Why Do Bad Things Happen to Good People?
by Jason Camorlinga
This question can take on a few different forms but the essence is usually asking why God would allow pain, suffering, or death to effect a seemingly innocent person. Why Do Bad Things Happen to Good People? How do we answer this question when our peers, family members or friends ask?
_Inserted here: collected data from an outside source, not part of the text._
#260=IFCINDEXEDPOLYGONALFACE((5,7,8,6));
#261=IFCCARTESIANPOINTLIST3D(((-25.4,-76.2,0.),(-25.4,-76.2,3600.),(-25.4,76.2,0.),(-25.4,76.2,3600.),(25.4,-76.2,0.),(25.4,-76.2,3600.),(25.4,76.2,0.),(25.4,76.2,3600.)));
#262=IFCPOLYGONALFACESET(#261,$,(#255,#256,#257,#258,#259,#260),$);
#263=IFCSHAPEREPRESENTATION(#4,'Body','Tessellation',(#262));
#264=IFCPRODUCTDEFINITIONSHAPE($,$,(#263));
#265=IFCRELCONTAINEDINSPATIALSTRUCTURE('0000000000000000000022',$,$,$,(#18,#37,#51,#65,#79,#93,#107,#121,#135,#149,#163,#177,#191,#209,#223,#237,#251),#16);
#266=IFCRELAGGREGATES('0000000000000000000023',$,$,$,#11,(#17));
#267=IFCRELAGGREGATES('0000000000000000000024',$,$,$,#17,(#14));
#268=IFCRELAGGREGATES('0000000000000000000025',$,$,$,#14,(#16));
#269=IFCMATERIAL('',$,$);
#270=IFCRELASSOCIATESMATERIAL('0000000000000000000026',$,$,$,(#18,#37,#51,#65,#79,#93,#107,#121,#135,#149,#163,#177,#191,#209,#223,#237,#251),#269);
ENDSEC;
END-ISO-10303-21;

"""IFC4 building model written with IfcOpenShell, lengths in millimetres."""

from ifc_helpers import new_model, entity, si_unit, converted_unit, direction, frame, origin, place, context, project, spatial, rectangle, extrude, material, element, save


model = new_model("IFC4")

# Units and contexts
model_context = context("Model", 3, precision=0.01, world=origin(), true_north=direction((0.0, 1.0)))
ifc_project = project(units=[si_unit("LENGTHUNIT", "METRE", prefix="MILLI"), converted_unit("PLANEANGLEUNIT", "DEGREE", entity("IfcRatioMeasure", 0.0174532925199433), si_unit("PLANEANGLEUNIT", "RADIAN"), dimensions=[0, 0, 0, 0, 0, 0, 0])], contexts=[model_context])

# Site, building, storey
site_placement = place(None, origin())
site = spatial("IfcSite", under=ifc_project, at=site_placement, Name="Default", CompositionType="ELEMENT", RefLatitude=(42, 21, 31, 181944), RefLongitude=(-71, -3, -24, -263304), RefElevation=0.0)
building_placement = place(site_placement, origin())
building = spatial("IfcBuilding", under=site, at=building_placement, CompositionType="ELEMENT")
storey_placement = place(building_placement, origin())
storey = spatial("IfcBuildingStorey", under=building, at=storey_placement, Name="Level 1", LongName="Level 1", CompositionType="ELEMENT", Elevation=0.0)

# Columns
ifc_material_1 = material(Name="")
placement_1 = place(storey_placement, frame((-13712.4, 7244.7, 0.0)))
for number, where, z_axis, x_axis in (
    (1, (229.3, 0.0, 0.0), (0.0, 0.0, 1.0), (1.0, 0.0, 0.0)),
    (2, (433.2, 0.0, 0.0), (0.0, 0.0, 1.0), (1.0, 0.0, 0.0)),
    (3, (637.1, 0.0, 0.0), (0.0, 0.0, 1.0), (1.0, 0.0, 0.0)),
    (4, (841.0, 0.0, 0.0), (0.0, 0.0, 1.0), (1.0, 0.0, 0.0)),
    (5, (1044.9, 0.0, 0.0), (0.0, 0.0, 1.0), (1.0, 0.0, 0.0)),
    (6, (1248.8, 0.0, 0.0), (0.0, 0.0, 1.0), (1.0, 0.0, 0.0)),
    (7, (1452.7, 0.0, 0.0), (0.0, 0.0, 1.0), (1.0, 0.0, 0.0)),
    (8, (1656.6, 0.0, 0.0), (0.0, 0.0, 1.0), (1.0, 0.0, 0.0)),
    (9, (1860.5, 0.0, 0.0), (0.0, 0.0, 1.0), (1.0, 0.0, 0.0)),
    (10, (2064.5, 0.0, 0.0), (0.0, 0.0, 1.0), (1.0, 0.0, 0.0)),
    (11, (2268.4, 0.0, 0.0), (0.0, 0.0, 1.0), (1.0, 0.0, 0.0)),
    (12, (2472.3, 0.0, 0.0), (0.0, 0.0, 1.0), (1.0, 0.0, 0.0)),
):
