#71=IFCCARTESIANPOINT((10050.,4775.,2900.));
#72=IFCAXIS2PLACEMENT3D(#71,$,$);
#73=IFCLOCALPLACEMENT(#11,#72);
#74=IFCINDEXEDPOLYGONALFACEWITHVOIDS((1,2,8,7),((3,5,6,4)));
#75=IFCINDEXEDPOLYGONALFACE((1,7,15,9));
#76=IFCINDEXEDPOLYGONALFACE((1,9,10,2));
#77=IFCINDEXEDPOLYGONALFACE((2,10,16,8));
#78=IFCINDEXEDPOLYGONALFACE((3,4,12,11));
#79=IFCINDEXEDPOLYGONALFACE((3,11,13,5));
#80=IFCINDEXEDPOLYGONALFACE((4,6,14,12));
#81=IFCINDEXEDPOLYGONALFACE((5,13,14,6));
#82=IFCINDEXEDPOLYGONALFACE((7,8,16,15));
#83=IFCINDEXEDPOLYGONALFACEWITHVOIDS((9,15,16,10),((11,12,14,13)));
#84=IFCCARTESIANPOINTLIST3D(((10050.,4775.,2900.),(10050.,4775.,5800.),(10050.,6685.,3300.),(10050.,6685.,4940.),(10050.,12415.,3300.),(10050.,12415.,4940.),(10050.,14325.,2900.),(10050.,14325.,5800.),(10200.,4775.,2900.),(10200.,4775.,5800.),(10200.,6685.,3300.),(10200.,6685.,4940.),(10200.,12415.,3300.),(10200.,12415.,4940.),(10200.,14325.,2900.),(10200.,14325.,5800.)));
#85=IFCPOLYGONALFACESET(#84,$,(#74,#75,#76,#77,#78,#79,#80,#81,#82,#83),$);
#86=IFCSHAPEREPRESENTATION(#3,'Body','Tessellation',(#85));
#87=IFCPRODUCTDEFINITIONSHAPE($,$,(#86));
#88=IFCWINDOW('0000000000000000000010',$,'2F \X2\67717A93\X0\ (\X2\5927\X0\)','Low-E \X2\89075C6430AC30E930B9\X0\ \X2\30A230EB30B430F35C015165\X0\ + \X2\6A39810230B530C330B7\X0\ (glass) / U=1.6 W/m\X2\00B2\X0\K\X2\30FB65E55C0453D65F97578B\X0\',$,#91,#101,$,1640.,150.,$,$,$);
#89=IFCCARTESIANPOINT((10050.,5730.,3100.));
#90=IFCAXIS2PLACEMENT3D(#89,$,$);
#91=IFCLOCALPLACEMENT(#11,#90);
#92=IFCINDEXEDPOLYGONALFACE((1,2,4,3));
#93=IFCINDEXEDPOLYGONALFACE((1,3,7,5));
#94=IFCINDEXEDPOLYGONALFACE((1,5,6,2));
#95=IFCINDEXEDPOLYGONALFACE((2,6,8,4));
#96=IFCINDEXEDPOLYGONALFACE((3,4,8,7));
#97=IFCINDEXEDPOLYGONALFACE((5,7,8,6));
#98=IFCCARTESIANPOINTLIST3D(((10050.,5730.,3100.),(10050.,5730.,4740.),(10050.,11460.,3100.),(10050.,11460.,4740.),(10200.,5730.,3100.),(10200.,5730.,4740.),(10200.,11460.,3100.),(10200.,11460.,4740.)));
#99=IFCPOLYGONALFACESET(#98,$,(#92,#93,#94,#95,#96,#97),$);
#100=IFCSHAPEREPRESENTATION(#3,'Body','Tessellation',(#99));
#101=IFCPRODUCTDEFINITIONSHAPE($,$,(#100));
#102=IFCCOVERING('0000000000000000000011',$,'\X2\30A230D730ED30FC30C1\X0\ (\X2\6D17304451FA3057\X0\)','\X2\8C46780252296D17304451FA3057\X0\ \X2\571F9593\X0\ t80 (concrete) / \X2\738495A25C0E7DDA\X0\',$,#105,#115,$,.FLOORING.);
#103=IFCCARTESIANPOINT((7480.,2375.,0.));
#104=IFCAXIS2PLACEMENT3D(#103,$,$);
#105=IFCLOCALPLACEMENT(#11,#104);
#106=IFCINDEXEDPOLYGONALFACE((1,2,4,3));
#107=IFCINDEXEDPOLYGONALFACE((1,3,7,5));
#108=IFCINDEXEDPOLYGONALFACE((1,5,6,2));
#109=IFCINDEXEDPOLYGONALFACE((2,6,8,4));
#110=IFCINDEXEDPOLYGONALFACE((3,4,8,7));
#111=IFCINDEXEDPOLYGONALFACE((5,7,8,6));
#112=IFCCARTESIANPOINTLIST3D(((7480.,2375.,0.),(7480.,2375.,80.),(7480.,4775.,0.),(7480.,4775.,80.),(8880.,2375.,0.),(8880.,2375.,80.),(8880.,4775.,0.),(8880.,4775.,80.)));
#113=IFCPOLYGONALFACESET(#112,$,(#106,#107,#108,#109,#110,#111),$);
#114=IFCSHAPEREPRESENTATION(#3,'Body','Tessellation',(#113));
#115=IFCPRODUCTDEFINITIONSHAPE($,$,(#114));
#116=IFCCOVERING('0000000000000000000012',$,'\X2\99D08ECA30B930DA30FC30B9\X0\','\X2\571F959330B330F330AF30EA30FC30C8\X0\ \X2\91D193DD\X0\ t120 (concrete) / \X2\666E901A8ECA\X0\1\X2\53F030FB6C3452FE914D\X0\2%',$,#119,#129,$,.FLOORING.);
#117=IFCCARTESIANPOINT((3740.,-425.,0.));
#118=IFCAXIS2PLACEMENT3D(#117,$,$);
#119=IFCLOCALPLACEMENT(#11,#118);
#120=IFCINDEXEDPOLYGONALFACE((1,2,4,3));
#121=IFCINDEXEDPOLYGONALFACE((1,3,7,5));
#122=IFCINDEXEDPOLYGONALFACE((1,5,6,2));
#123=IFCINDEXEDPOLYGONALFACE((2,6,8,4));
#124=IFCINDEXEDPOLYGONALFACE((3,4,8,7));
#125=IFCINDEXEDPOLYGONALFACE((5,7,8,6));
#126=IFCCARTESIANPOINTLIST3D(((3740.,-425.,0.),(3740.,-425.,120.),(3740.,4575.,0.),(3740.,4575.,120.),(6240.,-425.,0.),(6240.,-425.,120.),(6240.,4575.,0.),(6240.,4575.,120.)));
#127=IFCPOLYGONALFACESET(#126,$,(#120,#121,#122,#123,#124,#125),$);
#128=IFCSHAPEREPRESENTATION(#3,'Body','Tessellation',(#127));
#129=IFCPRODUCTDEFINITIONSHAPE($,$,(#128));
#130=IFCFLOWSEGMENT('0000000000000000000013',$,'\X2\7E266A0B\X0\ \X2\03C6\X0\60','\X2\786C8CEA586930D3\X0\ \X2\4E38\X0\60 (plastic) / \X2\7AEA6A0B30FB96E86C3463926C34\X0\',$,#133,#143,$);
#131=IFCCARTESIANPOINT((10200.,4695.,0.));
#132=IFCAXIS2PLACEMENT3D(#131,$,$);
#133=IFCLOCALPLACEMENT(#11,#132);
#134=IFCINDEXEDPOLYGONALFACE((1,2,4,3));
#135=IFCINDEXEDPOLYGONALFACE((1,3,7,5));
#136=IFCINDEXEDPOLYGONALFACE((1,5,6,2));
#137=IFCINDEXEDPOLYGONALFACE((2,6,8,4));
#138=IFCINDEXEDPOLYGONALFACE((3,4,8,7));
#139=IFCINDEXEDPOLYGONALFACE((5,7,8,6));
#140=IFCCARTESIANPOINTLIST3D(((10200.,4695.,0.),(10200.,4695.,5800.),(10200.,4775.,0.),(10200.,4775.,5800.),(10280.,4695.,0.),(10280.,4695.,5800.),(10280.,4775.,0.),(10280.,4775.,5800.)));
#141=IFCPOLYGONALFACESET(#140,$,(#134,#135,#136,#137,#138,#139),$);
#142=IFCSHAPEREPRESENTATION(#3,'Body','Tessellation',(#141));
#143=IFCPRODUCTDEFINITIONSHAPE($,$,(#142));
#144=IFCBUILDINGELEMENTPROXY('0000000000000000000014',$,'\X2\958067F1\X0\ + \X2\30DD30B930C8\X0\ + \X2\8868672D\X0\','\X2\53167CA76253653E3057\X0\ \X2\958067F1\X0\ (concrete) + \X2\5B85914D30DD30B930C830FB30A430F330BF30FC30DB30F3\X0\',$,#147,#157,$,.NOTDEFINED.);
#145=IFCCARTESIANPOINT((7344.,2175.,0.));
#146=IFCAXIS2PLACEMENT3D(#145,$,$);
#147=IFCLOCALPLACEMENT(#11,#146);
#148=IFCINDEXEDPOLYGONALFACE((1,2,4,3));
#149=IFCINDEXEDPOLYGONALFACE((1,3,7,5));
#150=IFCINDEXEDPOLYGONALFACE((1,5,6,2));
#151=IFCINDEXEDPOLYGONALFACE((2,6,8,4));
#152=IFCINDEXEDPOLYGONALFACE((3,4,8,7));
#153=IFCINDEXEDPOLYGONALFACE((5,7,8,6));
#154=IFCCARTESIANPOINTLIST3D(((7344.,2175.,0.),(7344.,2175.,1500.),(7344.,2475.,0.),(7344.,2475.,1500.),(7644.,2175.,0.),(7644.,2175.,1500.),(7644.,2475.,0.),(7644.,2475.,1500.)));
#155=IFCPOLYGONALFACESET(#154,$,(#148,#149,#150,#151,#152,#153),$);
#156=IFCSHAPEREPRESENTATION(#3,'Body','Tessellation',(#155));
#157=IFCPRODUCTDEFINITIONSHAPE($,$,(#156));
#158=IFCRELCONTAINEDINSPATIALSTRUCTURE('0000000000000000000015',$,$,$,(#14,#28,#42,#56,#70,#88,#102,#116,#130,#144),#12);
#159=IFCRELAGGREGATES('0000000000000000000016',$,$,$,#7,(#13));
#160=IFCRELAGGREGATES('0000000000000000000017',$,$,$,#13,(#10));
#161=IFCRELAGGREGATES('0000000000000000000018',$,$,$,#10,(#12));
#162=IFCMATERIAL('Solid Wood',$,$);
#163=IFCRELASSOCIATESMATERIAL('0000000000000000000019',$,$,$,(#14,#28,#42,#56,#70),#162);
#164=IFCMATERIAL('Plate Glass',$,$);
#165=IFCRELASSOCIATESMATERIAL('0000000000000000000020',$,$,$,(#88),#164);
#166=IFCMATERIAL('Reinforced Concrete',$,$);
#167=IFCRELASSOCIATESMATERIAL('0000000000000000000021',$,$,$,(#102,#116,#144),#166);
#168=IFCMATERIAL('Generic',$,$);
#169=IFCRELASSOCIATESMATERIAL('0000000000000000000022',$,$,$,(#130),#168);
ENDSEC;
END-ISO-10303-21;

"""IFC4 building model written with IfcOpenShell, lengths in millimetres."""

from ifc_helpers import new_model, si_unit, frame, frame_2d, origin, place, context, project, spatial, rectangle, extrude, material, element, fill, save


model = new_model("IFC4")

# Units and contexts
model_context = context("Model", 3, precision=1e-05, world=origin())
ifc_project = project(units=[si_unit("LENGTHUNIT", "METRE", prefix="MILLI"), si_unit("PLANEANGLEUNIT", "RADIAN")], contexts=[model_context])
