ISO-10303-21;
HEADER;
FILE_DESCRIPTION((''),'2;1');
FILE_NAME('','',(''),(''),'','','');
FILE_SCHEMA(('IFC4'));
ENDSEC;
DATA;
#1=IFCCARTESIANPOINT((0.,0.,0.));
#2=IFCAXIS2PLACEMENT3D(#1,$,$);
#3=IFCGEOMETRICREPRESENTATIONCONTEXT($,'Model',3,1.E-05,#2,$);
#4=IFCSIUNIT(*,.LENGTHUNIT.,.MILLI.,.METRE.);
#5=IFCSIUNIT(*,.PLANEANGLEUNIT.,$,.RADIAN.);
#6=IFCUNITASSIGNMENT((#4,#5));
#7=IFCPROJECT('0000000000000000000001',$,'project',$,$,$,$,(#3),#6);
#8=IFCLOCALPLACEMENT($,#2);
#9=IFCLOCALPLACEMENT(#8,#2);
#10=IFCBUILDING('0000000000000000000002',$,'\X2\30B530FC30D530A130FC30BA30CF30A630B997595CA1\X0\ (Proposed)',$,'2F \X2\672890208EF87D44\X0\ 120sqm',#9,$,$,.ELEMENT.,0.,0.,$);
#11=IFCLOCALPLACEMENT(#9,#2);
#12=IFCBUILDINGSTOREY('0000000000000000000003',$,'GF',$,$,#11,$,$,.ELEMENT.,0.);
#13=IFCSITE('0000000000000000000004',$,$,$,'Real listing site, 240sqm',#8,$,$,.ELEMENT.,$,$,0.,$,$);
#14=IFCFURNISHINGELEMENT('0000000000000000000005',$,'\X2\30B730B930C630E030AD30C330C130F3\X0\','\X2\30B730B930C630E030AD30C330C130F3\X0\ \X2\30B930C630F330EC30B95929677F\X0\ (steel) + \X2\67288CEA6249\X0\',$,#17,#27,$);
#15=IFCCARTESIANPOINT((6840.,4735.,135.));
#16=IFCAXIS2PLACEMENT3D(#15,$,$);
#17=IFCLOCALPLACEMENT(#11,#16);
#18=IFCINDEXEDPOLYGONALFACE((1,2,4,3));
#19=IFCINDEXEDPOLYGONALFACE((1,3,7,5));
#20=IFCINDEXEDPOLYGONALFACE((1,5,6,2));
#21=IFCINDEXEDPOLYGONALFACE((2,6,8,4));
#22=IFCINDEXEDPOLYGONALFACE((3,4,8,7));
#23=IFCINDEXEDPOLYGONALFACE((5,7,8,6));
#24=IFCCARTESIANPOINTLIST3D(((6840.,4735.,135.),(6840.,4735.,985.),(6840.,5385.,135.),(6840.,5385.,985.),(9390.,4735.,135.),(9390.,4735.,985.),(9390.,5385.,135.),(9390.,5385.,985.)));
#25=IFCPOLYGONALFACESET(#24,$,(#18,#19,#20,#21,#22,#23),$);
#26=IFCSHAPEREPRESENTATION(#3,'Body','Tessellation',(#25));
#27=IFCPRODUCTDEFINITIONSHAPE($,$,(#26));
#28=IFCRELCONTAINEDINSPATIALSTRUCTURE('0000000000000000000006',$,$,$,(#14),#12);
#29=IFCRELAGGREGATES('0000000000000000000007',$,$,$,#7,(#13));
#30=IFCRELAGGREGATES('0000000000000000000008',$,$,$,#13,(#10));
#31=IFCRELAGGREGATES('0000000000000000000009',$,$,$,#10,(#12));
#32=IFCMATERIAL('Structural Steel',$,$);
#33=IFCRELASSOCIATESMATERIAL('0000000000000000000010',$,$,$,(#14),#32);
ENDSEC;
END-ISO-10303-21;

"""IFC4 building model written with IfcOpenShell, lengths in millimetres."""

from ifc_helpers import new_model, si_unit, frame, frame_2d, origin, place, context, project, spatial, rectangle, extrude, material, element, save


model = new_model("IFC4")

# Units and contexts
model_context = context("Model", 3, precision=1e-05, world=origin())
ifc_project = project(units=[si_unit("LENGTHUNIT", "METRE", prefix="MILLI"), si_unit("PLANEANGLEUNIT", "RADIAN")], contexts=[model_context])

# Site, building, storey
site_placement = place(None, origin())
site = spatial("IfcSite", under=ifc_project, at=site_placement, ObjectType="Real listing site, 240sqm", CompositionType="ELEMENT", RefElevation=0.0)
building_placement = place(site_placement, origin())
building = spatial("IfcBuilding", under=site, at=building_placement, Name="サーファーズハウス静岡 (Proposed)", ObjectType="2F 木造軸組 120sqm", CompositionType="ELEMENT", ElevationOfRefHeight=0.0, ElevationOfTerrain=0.0)
storey_placement = place(building_placement, origin())
storey = spatial("IfcBuildingStorey", under=building, at=storey_placement, Name="GF", CompositionType="ELEMENT", Elevation=0.0)

# Shared definitions
ifc_material_1 = material(Name="Structural Steel")

# Furnishing element
furnishing_placement = place(storey_placement, frame((6840.0, 4735.0, 135.0)))
element("IfcFurnishingElement", 1, at=furnishing_placement, inside=storey, material=ifc_material_1, Name="システムキッチン", Description="システムキッチン ステンレス天板 (steel) + 木質扉", context=model_context, shape_type="SweptSolid", body=[
    extrude(rectangle(XDim=2550.0, YDim=650.0, at=frame_2d((1275.0, 325.0))), frame((6840.0, 4735.0, 135.0)), (0.0, 0.0, 1.0), 850.0),
])

save(model, "model.ifc")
The following is a fairly straightforward, logical response to “Why do bad things happen to good people?” PLEASE remember this however, if a hurting, grieving human being approaches you in their moment of need, they are probably not interested in hearing you launch into a polemic against the existence of “good people.” In those moments we need to be the listening, empathizing, sympathizing hands and feet of Christ. Certainly, your head knowledge will inform your response, and there are definitely times during conversation or debate in which the above is entirely appropriate to share, but deeply hurting and emotional people need your love and compassion in that moment far more than they need a lecture. In other words, know your audience, listen well, and love as you ought.
There are no good people
The main problem with this question is that there are no good people, we are all the bad guys (Romans 3:10-12, Psalm 14:1-3). Human suffering and sin are directly linked to Adam committing the original act of rebellion toward God. God created man “upright” but Adam chose his own path (Genesis 1:26-27, Ecclesiastes 7:29). The apostle Paul specifically points out that all mankind fell with Adam because “all sinned” with him (Romans 5:12). Since that initial rebellion, all of Adam’s descendants have been born corrupted “children of wrath,” sinful and worthy of death (Ephesians 2:3, Psalm 51:5). Because of the rebellion of all mankind, God has no obligation to reduce or eliminate human suffering and death. Martin Luther wrote, “Original sin itself, therefore, leaves free choice with no capacity to do anything but sin and be damned.” Commonly, people will claim that they are “basically good,” but they fail to appreciate the depravity of their sin and fail to recognize that doing a good act does not make them a good person; it makes them someone who did something good…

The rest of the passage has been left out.